WHEN WE THINK about the financial tools available to us, we often overlook a key lever: our ability to control how much we spend. It is typically a lot easier to cut our spending than to increase our income. That is especially true once we are retired and no longer pulling in a paycheck.
No matter what, you’ll always have to cover your fixed monthly costs. That is why it’s important to know what that number is and keep it at a reasonable level. By contrast, it is pretty easy to cut out discretionary spending—things like eating out, going to the movies and taking vacations. This is discussed further in the chapter on spending.
That brings us to your retirement-income strategy. While a 4% withdrawal rate is a good guideline, you might potentially spend more, but with one proviso: If the markets have a major downturn, you immediately slash your spending and hence your portfolio withdrawals.
In fact, you might try a variation on the 4% withdrawal rate, which assumes you increase the sum withdrawn each year along with inflation. As an alternative, you could simply withdraw a sum each year equal to 5% of your beginning-of-year portfolio balance. Any dividends and interest payments would count toward the 5%.
In good markets, your annual withdrawals will automatically go up along with your portfolio’s value. In bad years, your withdrawals will go down. Because you’re always withdrawing a percentage of whatever you have left, you would never run out of money, though a string of bad years could leave you with drastically reduced income.
In the chapter on taxes, we discuss required minimum distributions, or RMDs.

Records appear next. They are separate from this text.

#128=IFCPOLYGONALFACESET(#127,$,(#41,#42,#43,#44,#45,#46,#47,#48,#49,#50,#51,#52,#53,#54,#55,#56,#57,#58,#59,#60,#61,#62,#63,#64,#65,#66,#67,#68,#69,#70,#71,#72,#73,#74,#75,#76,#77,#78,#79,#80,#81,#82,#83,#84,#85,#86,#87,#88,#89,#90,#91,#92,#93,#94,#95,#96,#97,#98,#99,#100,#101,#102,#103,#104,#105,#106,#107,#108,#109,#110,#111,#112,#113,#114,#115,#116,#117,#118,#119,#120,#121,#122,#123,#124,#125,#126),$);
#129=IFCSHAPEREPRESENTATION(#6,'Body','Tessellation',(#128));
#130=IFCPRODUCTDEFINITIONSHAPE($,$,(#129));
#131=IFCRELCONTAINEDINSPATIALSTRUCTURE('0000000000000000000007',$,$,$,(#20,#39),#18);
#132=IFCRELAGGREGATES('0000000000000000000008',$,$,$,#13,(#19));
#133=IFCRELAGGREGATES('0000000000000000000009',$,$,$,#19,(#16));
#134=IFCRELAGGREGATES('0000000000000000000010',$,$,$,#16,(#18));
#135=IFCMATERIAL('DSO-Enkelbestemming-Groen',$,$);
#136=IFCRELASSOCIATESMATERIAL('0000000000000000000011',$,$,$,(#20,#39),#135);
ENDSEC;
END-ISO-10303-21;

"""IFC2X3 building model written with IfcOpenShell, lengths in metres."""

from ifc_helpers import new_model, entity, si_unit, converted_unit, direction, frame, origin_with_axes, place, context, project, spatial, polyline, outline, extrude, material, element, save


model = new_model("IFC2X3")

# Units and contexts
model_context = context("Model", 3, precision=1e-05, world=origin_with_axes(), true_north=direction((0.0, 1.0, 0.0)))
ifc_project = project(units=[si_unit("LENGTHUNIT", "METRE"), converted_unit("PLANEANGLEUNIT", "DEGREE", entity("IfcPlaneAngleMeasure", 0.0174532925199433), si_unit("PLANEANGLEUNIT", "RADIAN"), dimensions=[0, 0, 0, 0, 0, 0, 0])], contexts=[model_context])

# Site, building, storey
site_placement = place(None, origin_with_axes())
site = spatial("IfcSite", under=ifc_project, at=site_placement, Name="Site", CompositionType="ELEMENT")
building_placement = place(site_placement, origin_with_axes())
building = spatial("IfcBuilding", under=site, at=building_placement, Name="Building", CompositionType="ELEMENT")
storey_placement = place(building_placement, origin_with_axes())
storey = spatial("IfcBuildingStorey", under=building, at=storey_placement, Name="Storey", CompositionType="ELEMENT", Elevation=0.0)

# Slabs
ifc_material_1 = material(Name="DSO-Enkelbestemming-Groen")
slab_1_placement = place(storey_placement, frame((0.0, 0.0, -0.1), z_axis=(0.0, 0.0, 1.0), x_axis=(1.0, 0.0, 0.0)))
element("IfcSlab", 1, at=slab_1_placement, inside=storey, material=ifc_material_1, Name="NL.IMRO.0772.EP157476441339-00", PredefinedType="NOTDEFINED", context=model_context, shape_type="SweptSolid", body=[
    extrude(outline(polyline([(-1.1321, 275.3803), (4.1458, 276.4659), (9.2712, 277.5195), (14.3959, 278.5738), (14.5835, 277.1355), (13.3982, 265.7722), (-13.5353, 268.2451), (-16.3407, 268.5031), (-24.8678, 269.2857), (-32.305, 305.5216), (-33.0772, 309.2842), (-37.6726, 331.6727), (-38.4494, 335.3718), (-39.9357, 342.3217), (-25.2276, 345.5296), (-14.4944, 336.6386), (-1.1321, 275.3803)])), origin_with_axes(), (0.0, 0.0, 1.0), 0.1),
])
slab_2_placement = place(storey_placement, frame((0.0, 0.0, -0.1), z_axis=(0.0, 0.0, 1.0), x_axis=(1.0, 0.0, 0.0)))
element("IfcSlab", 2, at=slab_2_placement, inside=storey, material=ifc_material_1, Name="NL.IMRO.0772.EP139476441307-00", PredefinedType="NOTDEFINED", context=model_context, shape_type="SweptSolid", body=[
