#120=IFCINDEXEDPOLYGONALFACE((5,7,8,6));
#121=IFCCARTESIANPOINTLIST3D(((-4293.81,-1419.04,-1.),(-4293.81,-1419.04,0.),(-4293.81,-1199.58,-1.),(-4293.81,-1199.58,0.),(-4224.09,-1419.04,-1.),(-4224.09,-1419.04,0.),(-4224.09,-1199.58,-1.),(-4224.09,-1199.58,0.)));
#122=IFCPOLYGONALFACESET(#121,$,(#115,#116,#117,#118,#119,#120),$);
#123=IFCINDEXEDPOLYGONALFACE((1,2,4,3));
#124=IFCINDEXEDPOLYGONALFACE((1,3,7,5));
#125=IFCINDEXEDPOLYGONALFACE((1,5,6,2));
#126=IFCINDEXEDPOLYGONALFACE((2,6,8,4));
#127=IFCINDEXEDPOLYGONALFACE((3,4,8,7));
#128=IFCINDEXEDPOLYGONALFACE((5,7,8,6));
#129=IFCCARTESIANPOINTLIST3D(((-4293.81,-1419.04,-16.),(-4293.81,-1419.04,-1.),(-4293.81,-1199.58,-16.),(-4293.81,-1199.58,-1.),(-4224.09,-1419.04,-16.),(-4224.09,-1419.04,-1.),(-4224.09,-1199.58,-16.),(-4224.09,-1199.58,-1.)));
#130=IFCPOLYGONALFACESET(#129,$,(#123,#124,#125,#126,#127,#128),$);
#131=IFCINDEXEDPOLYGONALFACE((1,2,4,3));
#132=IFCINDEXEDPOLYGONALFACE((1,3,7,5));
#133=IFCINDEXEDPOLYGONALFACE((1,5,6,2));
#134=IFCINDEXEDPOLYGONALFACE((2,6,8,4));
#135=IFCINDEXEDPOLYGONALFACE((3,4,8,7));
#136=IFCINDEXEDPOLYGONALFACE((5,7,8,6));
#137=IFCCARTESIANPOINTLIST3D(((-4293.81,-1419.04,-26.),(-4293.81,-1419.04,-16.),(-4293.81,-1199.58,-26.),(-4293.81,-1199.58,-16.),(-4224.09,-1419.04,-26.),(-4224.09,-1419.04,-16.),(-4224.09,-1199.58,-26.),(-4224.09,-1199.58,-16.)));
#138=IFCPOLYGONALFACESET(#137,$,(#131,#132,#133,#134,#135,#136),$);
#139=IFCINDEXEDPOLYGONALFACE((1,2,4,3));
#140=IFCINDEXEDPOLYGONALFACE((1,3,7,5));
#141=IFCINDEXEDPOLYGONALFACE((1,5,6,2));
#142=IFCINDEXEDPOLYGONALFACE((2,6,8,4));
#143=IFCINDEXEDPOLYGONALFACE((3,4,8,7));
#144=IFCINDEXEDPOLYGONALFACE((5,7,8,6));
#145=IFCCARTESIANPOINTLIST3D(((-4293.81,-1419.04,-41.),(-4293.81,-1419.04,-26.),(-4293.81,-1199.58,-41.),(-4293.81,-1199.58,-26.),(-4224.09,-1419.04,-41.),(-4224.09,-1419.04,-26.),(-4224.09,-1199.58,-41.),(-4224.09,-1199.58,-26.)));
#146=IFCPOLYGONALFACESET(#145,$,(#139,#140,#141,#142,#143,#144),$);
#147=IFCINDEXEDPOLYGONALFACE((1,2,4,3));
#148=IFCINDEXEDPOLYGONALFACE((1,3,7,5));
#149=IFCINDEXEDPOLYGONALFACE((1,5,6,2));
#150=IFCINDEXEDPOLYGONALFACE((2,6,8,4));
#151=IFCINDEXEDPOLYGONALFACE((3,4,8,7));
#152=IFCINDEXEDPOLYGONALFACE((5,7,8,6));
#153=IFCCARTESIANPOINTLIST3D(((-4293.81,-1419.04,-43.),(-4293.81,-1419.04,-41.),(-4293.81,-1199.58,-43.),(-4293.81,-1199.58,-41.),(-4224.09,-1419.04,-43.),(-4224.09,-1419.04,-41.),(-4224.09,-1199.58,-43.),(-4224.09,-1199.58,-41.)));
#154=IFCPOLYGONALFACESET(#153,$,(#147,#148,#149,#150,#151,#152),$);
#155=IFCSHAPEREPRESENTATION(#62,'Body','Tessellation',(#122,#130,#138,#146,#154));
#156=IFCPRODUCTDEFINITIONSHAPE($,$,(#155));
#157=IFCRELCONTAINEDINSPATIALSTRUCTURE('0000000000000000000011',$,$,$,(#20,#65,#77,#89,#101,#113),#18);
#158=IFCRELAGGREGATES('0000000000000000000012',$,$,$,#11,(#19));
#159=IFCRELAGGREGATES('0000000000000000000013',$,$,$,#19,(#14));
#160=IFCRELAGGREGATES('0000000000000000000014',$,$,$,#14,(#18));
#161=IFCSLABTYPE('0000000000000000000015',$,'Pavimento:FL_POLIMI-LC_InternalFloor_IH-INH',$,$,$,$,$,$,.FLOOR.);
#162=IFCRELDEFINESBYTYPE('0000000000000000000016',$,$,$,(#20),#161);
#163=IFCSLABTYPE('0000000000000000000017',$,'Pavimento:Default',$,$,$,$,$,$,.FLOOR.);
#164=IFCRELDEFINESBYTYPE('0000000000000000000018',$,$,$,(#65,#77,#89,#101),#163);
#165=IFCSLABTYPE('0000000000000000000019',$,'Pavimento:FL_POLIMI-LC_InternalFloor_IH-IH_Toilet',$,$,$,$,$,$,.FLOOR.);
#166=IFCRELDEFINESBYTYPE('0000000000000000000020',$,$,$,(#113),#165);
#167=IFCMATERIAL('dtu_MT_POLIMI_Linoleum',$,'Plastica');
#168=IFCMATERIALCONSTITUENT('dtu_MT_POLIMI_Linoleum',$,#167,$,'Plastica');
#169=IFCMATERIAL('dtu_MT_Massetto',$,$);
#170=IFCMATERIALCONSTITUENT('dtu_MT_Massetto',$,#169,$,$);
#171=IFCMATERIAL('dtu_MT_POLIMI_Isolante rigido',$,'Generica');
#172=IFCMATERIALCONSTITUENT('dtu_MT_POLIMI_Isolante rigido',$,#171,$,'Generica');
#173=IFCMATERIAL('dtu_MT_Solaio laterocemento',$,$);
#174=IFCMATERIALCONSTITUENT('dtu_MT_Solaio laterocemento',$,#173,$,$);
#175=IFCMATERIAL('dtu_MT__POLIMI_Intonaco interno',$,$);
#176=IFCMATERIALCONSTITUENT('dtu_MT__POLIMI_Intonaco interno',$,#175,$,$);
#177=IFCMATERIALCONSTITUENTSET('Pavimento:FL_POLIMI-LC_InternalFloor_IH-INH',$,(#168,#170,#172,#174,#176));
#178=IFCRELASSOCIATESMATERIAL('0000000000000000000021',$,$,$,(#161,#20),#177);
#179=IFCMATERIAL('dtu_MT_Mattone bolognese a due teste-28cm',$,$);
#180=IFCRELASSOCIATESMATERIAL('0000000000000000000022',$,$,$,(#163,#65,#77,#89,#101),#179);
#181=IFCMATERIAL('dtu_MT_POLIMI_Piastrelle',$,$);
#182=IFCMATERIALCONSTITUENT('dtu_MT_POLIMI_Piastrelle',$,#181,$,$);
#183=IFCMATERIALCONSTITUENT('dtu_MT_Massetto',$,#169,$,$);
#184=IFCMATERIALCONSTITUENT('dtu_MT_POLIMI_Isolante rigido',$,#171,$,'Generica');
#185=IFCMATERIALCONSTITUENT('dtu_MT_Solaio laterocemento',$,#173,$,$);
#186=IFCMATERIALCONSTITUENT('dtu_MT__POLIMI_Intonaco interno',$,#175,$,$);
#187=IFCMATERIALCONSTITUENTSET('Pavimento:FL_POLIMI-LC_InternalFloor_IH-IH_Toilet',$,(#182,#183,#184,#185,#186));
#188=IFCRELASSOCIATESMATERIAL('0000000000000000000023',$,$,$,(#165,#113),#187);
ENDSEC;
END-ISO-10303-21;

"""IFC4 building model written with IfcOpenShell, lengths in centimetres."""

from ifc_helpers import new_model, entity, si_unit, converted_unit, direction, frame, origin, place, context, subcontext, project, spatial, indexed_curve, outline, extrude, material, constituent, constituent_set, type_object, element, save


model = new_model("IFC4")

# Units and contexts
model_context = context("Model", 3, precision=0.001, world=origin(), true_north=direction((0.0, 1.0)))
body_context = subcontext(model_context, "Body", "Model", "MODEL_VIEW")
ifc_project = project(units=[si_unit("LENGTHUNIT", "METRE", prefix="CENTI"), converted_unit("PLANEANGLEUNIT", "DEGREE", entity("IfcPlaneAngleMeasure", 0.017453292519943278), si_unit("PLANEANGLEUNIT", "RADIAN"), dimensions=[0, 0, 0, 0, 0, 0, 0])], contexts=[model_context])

This is the sum those age 70½ and older must pull from their retirement accounts each year. Instead of using a 4% withdrawal rate or a similar strategy, some retirees base their annual spending on RMDs. This works pretty well as a rough-and-ready strategy and it does indeed force you to raise or lower your withdrawals, based on your retirement account’s performance. Still, just because the government says you have to withdraw a certain sum from your retirement accounts doesn’t mean that’s the right amount to spend—and you could be safe spending even more.